→ **EXERCISE AIM**
In the entries below, find each line with the string "written" and copy it.

---

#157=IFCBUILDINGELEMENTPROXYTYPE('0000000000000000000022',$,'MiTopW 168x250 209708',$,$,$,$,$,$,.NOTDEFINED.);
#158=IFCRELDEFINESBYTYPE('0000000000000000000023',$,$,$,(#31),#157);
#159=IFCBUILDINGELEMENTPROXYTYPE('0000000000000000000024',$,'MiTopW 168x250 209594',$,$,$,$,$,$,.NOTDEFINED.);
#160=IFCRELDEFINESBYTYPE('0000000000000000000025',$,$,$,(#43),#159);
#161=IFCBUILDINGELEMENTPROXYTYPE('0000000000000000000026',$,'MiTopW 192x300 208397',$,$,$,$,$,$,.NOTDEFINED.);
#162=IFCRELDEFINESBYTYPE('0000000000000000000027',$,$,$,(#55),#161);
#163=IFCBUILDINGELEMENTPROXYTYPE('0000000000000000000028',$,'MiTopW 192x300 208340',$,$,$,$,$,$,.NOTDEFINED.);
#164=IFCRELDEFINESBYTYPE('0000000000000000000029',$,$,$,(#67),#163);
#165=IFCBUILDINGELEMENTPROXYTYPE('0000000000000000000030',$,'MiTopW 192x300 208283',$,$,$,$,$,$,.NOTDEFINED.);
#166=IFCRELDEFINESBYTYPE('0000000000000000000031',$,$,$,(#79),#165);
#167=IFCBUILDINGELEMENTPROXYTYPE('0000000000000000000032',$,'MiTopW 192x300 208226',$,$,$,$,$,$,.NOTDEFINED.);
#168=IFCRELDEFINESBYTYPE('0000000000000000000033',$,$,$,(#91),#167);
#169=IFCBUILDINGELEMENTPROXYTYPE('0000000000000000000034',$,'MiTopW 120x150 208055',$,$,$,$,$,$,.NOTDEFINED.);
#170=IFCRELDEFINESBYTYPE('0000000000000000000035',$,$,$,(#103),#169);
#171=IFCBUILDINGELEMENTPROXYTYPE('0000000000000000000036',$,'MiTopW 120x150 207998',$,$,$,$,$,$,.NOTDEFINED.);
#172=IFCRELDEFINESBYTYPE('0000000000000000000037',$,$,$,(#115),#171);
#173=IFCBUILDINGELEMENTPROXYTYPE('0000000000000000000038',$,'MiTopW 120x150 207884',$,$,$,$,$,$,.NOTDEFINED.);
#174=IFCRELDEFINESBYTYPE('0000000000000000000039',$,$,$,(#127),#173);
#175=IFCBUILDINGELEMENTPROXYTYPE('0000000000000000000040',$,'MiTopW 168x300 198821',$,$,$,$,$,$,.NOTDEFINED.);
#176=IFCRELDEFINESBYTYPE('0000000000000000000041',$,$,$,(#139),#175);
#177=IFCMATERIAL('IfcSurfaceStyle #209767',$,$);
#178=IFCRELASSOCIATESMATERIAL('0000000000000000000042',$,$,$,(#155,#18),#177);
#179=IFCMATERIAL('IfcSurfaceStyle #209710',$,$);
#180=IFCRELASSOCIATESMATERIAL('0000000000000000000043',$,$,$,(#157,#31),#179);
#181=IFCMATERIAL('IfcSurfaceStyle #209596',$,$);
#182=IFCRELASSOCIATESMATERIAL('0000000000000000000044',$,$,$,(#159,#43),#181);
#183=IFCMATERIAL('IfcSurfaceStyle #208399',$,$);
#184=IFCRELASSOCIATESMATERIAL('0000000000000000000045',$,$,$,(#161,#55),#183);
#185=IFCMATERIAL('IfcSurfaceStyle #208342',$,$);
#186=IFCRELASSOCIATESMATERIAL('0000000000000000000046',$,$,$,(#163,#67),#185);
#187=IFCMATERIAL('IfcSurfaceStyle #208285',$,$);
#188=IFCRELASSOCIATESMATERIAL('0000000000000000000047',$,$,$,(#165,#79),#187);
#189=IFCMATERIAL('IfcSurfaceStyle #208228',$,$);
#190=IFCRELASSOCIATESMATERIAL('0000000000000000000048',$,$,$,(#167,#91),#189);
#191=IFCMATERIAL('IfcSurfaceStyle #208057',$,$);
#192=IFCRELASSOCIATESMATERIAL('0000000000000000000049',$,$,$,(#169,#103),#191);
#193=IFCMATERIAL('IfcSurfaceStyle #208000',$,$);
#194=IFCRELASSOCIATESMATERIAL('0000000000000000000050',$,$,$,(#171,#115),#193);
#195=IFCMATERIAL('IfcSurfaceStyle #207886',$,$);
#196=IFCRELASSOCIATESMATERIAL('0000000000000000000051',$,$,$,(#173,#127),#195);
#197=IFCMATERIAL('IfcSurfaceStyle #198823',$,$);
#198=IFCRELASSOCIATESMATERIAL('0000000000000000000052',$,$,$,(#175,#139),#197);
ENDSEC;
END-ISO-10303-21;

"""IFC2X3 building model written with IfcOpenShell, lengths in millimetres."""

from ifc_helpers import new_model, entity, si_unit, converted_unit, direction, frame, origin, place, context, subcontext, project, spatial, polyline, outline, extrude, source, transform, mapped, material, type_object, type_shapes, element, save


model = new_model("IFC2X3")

---

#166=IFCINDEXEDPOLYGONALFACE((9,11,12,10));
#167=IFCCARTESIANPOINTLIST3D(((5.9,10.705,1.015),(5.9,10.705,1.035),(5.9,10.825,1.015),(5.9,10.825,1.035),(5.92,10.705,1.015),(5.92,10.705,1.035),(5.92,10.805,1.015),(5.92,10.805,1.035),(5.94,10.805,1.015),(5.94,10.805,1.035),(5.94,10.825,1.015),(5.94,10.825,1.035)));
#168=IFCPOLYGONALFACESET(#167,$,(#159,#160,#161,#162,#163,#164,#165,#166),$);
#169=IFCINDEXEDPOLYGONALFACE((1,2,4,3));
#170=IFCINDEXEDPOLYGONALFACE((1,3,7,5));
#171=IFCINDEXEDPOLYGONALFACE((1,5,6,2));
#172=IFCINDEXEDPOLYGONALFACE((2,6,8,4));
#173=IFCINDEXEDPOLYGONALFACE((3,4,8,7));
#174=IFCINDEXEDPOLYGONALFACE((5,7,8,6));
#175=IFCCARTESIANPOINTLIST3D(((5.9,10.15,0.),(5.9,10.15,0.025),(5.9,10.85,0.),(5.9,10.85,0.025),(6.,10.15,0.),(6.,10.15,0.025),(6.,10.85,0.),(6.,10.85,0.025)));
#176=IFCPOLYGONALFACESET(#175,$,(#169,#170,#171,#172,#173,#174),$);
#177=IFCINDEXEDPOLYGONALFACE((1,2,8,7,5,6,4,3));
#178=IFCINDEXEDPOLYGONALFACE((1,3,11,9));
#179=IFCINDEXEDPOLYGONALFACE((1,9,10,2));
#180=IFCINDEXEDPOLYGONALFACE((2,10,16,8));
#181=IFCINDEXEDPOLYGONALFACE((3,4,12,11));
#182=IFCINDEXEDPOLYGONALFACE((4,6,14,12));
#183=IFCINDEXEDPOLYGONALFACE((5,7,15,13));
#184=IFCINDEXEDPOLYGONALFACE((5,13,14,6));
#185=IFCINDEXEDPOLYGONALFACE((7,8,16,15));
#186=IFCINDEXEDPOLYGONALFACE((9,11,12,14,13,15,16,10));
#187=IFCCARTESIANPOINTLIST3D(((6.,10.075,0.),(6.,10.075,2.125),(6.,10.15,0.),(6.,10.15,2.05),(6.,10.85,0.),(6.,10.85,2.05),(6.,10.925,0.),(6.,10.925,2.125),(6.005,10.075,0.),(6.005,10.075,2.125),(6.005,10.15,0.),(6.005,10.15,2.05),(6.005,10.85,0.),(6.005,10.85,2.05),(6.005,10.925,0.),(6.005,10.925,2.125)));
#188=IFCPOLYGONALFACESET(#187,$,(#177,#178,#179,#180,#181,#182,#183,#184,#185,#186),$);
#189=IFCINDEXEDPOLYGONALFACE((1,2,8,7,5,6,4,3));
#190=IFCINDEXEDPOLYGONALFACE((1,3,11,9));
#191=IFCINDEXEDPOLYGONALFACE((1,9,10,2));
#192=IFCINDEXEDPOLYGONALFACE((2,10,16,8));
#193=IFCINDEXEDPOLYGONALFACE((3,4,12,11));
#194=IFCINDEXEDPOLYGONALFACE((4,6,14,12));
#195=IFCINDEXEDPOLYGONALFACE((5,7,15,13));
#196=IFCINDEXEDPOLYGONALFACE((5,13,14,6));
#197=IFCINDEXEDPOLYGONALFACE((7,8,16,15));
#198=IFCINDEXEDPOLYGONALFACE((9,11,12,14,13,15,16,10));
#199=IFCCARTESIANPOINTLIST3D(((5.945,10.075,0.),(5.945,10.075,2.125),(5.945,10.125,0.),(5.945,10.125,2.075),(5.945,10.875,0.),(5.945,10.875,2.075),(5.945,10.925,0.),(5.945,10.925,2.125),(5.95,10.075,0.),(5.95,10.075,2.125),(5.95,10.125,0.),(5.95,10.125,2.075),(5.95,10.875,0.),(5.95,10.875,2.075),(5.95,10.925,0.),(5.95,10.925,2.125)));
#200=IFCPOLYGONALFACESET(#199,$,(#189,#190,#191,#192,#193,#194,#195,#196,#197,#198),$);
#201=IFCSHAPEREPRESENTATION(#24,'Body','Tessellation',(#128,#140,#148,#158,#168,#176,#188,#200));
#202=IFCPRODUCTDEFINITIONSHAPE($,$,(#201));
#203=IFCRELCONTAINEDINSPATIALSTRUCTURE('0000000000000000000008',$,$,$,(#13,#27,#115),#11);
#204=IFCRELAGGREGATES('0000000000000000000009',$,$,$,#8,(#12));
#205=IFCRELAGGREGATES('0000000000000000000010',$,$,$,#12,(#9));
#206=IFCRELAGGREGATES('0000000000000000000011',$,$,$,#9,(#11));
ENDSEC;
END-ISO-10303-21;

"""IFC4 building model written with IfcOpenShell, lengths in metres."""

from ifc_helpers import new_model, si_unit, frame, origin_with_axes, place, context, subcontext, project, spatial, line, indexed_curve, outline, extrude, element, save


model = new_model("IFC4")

---

→ **WORKED SOLUTION**
"""IFC2X3 building model written with IfcOpenShell, lengths in millimetres."""
"""IFC4 building model written with IfcOpenShell, lengths in metres."""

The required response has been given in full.